Hierarchical clustering builds a hierarchy of clusters using a tree-like structure called a dendrogram. It operates in two modes. In our project, we applied agglpmeratice mode, that is each data point starts clustered, then data points’ branches merge base on linkage method in this case until all points form a singlr cluster. It’s a bottom-up process.

There is also a top-down method which we didn’t use in our project, that is start with a large cluster then split step by step.

agg_cluster = AgglomerativeClustering(n_clusters=5, linkage='ward')
labels = agg_cluster.fit_predict(X)

labels_series = pd.Series(labels)
labels_series.value_counts()
0    2014
2     559
1     184
3      41
4       9
Name: count, dtype: int64
plt.subplots(nrows = 1, ncols = 2, figsize = (20, 5))
plt.subplot(1, 2, 1)
plt.scatter(X.iloc[:, 0], X.iloc[:, 1], c=labels, cmap='rainbow', s=50)
plt.title("Agglomerative Clustering Results")
plt.grid()

plt.subplot(1, 2, 2)
dendrogram(linkage(X, method='ward'))
plt.title("Dendrogram")
Text(0.5, 1.0, 'Dendrogram')

Lastly, we applied the categorical and numerical data to hierarchical clustering. The clustering result presented in the scatter plot actually perform well, only the result is not quite balanced in the 5 cluster.

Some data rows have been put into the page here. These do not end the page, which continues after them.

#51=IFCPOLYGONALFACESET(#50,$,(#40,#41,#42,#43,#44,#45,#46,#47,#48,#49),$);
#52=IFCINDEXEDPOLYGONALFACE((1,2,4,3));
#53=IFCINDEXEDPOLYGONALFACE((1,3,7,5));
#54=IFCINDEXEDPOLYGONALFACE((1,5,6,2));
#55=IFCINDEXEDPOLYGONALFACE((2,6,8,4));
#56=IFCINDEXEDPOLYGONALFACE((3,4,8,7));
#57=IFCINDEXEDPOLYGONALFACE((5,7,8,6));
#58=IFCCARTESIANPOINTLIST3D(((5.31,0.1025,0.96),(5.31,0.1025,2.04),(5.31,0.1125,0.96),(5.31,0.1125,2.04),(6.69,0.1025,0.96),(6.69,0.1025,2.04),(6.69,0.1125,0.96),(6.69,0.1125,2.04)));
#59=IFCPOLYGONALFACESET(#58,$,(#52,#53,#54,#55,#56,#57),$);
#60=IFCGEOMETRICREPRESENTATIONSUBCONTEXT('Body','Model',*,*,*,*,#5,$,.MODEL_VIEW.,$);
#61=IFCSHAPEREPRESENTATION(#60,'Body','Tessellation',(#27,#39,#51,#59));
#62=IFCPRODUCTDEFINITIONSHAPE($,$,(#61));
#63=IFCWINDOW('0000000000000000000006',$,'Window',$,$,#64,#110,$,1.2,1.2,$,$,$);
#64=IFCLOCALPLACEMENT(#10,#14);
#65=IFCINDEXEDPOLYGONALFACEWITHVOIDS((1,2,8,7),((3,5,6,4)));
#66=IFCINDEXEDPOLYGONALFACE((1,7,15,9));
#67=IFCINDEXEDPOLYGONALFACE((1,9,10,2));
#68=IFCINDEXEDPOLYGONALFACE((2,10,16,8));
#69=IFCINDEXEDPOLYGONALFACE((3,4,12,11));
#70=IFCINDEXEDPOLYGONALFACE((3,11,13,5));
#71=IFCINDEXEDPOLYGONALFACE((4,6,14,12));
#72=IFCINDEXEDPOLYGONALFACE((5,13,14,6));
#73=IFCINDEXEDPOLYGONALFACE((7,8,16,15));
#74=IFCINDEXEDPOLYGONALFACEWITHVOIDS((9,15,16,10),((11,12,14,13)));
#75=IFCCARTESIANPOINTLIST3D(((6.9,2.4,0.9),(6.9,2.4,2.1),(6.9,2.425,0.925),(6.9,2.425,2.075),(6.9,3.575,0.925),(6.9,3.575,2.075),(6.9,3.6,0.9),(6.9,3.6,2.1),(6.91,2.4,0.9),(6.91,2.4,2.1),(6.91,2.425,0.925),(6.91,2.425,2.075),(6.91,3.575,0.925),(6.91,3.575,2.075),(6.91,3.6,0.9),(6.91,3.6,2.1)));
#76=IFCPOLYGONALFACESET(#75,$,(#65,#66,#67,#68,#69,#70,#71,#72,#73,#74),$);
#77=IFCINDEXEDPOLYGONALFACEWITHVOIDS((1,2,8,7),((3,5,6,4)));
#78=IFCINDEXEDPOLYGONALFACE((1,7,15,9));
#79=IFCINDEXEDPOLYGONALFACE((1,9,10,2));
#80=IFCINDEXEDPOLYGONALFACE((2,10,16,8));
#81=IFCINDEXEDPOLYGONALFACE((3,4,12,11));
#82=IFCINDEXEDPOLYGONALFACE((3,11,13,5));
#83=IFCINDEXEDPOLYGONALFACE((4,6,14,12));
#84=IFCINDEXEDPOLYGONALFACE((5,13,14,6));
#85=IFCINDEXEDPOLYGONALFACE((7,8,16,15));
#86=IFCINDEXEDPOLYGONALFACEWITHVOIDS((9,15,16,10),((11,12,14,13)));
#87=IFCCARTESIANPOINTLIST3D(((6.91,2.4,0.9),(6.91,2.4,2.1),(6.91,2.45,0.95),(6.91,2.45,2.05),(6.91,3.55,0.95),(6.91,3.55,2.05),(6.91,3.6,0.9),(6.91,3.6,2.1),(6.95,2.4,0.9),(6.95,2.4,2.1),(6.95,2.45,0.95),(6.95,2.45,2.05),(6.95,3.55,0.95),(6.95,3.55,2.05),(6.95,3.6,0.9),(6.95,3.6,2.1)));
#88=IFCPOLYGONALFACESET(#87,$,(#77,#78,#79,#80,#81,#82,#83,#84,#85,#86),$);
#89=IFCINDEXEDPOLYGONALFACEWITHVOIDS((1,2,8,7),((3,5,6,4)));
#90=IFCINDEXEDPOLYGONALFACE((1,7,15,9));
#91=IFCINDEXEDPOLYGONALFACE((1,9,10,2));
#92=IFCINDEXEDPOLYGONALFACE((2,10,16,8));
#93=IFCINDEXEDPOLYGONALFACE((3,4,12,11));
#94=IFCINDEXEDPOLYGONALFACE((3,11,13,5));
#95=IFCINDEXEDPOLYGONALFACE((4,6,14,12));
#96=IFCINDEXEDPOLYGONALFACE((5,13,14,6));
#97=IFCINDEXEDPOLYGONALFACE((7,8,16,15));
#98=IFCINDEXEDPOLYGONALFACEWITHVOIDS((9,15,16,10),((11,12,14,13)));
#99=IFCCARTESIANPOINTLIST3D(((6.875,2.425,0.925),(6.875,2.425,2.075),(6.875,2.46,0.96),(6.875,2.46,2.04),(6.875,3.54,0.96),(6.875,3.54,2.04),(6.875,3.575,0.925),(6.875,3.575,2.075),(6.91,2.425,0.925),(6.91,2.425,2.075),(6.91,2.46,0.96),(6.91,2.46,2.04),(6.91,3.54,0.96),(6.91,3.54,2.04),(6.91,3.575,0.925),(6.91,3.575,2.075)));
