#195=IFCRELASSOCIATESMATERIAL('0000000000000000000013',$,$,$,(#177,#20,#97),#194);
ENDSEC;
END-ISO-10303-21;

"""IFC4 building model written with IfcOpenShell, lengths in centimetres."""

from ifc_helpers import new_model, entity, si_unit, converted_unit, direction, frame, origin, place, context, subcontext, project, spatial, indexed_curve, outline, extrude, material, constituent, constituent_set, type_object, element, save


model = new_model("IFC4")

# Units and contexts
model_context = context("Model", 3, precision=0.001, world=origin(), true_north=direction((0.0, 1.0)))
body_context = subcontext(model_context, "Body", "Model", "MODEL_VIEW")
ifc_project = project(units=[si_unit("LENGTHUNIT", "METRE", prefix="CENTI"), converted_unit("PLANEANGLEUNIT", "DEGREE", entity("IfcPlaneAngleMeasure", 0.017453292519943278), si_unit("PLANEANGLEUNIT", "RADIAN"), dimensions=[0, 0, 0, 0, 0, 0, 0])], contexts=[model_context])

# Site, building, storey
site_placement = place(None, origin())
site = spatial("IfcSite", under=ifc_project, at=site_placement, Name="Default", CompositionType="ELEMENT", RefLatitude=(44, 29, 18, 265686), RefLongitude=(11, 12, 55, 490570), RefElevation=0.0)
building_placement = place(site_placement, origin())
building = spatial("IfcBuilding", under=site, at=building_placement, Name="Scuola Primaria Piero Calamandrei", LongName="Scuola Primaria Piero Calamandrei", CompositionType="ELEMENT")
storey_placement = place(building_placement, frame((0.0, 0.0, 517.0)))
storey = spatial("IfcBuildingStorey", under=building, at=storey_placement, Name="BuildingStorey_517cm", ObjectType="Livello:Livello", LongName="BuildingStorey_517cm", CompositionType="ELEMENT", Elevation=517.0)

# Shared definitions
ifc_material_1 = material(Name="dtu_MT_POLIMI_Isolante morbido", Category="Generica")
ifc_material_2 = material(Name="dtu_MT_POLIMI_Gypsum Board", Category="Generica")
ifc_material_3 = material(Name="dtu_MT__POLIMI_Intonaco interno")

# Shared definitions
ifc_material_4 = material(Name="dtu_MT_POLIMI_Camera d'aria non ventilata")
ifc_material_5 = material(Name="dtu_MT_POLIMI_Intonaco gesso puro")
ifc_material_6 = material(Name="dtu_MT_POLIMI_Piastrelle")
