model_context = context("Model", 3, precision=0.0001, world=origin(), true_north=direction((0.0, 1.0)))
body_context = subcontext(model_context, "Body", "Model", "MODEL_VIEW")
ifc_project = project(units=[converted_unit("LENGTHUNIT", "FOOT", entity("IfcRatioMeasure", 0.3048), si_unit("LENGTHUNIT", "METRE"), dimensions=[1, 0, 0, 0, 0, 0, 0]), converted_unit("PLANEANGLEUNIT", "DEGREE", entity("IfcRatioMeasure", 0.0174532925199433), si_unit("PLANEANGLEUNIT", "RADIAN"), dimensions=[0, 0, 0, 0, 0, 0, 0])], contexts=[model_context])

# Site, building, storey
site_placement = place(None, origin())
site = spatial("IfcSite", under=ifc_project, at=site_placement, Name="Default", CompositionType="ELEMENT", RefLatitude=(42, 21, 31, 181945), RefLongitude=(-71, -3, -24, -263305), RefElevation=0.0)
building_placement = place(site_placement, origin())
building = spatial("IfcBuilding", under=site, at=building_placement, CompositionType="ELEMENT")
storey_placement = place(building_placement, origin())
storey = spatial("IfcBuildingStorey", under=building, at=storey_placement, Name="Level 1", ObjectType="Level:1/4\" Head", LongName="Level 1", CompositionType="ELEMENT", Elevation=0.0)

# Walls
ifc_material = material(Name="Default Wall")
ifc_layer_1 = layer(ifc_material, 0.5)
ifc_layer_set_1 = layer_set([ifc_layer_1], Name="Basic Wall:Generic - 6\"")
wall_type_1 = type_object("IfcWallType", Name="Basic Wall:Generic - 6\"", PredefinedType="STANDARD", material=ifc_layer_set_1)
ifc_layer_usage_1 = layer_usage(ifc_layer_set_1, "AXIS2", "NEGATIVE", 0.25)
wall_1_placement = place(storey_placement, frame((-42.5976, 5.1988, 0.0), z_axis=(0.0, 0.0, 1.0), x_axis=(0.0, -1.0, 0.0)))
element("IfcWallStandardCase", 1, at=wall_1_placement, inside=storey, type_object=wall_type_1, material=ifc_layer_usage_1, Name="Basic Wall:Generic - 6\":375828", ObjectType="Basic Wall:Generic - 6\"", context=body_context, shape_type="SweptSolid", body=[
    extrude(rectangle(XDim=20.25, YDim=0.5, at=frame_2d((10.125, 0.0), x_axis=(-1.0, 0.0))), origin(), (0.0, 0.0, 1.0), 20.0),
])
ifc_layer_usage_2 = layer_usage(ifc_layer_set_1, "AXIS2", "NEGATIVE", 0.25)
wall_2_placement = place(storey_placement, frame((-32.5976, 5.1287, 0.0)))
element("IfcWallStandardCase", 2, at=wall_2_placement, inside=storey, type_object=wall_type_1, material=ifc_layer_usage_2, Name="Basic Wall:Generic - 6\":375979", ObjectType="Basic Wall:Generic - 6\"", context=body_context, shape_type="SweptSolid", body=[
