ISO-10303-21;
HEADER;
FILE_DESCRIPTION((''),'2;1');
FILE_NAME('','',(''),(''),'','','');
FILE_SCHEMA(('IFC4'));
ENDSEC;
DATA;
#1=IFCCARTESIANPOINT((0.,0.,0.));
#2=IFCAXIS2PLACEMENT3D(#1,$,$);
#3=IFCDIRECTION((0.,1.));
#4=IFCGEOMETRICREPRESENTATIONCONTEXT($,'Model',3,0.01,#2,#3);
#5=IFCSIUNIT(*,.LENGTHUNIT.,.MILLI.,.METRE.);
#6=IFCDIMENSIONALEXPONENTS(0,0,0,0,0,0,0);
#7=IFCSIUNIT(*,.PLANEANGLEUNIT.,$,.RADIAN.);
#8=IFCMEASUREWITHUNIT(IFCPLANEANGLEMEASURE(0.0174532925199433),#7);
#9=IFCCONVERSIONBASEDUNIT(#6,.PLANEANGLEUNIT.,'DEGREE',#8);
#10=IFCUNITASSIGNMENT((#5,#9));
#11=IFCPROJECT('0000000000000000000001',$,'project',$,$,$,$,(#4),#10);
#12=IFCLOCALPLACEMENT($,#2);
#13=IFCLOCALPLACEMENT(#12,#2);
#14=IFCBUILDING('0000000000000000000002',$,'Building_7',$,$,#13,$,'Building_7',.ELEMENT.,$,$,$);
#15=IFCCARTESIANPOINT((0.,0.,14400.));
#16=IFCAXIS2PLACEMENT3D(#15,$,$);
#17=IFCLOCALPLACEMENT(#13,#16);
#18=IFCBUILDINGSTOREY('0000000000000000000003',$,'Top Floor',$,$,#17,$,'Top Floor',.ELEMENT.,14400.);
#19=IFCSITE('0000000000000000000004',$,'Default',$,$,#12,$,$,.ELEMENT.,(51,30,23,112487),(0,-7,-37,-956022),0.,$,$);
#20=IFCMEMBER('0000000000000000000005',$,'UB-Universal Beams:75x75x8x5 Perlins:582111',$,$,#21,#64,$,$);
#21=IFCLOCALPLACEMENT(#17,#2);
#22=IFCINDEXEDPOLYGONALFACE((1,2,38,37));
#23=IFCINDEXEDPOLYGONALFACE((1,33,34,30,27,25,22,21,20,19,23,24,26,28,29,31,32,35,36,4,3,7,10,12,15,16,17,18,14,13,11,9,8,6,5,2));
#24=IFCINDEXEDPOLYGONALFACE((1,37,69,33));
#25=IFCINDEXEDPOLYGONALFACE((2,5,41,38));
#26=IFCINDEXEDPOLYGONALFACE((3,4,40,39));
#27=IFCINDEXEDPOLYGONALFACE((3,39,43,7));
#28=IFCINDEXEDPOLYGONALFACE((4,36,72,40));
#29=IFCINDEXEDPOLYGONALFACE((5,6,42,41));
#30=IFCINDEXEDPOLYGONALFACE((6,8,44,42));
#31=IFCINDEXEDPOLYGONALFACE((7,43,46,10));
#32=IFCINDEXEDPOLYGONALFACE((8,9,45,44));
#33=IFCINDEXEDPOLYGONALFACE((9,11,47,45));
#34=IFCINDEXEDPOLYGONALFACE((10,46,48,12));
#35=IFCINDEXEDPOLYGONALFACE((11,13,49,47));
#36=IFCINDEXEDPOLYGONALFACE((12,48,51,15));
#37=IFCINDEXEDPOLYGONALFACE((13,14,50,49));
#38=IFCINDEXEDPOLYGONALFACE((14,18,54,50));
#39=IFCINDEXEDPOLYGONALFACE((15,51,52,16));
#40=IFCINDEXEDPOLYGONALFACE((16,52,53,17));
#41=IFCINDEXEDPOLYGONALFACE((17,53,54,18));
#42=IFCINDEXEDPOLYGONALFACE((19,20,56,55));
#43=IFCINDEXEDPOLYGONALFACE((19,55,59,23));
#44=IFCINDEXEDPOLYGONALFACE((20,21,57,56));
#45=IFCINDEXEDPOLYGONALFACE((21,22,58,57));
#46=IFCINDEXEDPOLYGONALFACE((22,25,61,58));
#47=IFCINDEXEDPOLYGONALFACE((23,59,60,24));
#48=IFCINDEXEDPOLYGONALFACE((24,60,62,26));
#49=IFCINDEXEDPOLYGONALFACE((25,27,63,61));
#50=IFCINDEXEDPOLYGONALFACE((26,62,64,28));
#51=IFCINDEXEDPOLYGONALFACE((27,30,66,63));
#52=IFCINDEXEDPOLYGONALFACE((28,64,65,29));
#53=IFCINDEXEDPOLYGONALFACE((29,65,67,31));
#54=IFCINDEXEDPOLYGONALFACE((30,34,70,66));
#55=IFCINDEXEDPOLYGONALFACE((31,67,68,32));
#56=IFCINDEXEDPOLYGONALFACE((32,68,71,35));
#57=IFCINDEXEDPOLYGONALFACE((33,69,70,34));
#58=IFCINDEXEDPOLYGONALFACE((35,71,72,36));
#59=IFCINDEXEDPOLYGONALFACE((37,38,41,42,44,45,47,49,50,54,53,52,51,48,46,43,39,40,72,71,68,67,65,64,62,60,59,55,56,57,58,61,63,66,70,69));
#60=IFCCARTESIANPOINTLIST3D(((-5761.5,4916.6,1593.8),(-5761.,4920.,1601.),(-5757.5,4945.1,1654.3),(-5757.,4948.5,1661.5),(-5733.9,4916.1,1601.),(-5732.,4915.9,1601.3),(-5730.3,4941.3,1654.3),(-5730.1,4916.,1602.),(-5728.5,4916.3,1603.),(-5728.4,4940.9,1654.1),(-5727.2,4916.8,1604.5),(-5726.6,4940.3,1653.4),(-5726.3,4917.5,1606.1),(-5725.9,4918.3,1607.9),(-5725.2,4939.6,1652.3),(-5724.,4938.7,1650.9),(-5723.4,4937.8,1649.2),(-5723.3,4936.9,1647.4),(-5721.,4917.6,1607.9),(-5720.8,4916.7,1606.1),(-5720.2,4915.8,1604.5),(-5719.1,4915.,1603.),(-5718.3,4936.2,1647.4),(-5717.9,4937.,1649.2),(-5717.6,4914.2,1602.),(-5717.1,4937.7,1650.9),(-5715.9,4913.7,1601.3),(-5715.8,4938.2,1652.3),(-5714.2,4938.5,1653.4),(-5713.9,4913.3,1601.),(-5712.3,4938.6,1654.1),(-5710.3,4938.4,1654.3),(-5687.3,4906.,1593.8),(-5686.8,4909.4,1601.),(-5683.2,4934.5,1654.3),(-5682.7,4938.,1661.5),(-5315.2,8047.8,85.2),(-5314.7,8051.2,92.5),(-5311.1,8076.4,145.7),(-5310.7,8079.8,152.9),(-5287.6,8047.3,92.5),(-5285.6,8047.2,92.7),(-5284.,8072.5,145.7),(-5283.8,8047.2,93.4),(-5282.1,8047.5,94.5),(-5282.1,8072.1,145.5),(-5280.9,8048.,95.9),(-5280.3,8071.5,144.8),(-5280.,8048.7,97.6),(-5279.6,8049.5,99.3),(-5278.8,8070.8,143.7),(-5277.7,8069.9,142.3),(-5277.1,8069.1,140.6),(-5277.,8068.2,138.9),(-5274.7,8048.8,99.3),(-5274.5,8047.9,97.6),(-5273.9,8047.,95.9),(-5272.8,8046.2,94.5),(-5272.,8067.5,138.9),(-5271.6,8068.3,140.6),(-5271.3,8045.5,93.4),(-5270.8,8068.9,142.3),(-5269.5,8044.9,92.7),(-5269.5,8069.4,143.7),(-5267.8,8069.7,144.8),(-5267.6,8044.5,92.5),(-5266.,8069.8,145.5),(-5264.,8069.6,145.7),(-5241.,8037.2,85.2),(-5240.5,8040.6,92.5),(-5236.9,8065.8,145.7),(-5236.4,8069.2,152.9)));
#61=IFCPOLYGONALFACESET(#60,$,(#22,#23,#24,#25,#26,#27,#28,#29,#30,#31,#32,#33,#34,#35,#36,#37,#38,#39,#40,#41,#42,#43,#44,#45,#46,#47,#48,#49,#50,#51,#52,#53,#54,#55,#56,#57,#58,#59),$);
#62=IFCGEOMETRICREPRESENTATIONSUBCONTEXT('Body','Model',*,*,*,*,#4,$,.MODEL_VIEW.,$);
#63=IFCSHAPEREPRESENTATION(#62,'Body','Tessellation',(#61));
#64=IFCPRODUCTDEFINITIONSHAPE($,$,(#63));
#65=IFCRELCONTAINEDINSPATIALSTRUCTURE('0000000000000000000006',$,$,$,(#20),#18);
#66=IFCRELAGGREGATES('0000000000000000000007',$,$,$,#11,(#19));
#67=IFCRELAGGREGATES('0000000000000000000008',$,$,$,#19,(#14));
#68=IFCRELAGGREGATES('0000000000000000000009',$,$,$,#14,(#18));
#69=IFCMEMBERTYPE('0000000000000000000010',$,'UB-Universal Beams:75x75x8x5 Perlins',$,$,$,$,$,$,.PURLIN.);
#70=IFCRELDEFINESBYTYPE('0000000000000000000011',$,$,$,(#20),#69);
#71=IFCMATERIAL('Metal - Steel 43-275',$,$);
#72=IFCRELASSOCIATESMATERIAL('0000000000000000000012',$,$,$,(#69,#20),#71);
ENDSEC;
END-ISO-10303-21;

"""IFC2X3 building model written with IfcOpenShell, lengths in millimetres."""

from ifc_helpers import new_model, entity, si_unit, converted_unit, direction, frame, frame_2d, origin, place, context, subcontext, project, spatial, polyline, circle_curve, parameter, trimmed, segment, composite_curve, outline, extrude, source, transform, mapped, material, type_object, type_shapes, element, save


model = new_model("IFC2X3")

# Units and contexts
model_context = context("Model", 3, precision=0.01, world=origin(), true_north=direction((0.0, 1.0)))
body_context = subcontext(model_context, "Body", "Model", "MODEL_VIEW")
ifc_project = project(units=[si_unit("LENGTHUNIT", "METRE", prefix="MILLI"), converted_unit("PLANEANGLEUNIT", "DEGREE", entity("IfcPlaneAngleMeasure", 0.0174532925199433), si_unit("PLANEANGLEUNIT", "RADIAN"), dimensions=[0, 0, 0, 0, 0, 0, 0])], contexts=[model_context])

# Site, building, storey
site_placement = place(None, origin())
site = spatial("IfcSite", under=ifc_project, at=site_placement, Name="Default", CompositionType="ELEMENT", RefLatitude=(51, 30, 23, 112487), RefLongitude=(0, -7, -37, -956022), RefElevation=0.0)
building_placement = place(site_placement, origin())
building = spatial("IfcBuilding", under=site, at=building_placement, Name="Building_7", LongName="Building_7", CompositionType="ELEMENT")
storey_placement = place(building_placement, frame((0.0, 0.0, 14400.0)))
storey = spatial("IfcBuildingStorey", under=building, at=storey_placement, Name="Top Floor", LongName="Top Floor", CompositionType="ELEMENT", Elevation=14400.0)

# Shared definitions
ifc_material = material(Name="Metal - Steel 43-275")

# Member
member_type_1 = type_object("IfcMemberType", Name="UB-Universal Beams:75x75x8x5 Perlins", PredefinedType="PURLIN", material=ifc_material)
shared_shape_1 = source(origin(), body_context, "Body", "SweptSolid", [
    extrude(outline(composite_curve([segment(polyline([(29.5, -37.5), (37.5, -37.5)]), True, "CONTINUOUS"), segment(polyline([(37.5, -37.5), (37.5, 37.5)]), True, "CONTINUOUS"), segment(polyline([(37.5, 37.5), (29.5, 37.5)]), True, "CONTINUOUS"), segment(polyline([(29.5, 37.5), (29.5, 10.1)]), True, "CONTINUOUS"), segment(trimmed(circle_curve(frame_2d((21.9, 10.1), x_axis=(0.0, 1.0)), 7.6), [parameter(180.0)], [parameter(270.0)], True, "PARAMETER"), False, "CONTINUOUS"), segment(polyline([(21.9, 2.5), (-21.9, 2.5)]), True, "CONTINUOUS"), segment(trimmed(circle_curve(frame_2d((-21.9, 10.1), x_axis=(0.0, 1.0)), 7.6), [parameter(90.0)], [parameter(180.0)], True, "PARAMETER"), False, "CONTINUOUS"), segment(polyline([(-29.5, 10.1), (-29.5, 37.5)]), True, "CONTINUOUS"), segment(polyline([(-29.5, 37.5), (-37.5, 37.5)]), True, "CONTINUOUS"), segment(polyline([(-37.5, 37.5), (-37.5, -37.5)]), True, "CONTINUOUS"), segment(polyline([(-37.5, -37.5), (-29.5, -37.5)]), True, "CONTINUOUS"), segment(polyline([(-29.5, -37.5), (-29.5, -10.1)]), True, "CONTINUOUS"), segment(trimmed(circle_curve(frame_2d((-21.9, -10.1), x_axis=(0.0, 1.0)), 7.6), [parameter(360.0)], [parameter(90.0)], True, "PARAMETER"), False, "CONTINUOUS"), segment(polyline([(-21.9, -2.5), (21.9, -2.5)]), True, "CONTINUOUS"), segment(trimmed(circle_curve(frame_2d((21.9, -10.1), x_axis=(0.0, 1.0)), 7.6), [parameter(270.0)], [parameter(360.0)], True, "PARAMETER"), False, "CONTINUOUS"), segment(polyline([(29.5, -10.1), (29.5, -37.5)]), True, "CONTINUOUS")], self_intersect=False)), frame((-1741.1, 0.0, 0.0), z_axis=(1.0, 0.0, 0.0), x_axis=(0.0, 0.0, -1.0)), (0.0, 0.0, 1.0), 3504.2),
])
type_shapes(member_type_1, [shared_shape_1])
member_1_placement = place(storey_placement, frame((-5500.4, 6483.1, 878.1), z_axis=(0.060749, 0.426193, 0.90259), x_axis=(0.127367, 0.893559, -0.430501)))
element("IfcMember", 1, at=member_1_placement, inside=storey, type_object=member_type_1, material=ifc_material, Name="UB-Universal Beams:75x75x8x5 Perlins:582111", context=body_context, shape_type="MappedRepresentation", body=[
    mapped(shared_shape_1, transform((0.0, 0.0, 0.0), scale=1.0)),
])

save(model, "model.ifc")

We also drew a denfrogram with the same data. The plot shows that the data is clustered into 2 parts.

Conclusion

According to all dimentionality reduction parts and clustering parts, we can conclude that for our text data, TFIDF vectorization works a bit better than BERT embedding, t-SNE works better than PCA in visualization, KMeans method works well but definitely not DBSCAN. For other categorical data and numerical data, t-SNE works well in dimentionality reduction and hierarchical clusters well.

In conclusion to our topic, as we assumed at the beginning, the product category doesn’t seem to have close relationship with users’ actual complaint content, or one of another assumption is that the product categories are too similar to each other and don’t have much difference, which may also misleading the users when submitting their complaint. The product category can’t categorize the complaints properly.

Base on our model results, we can see that there are different ways we can apply to form better categorization in order to enhance the efficiency of complaint handling. We now have the clusters, for further research, maybe we can dive into each clusters to specify each cluster’s topic.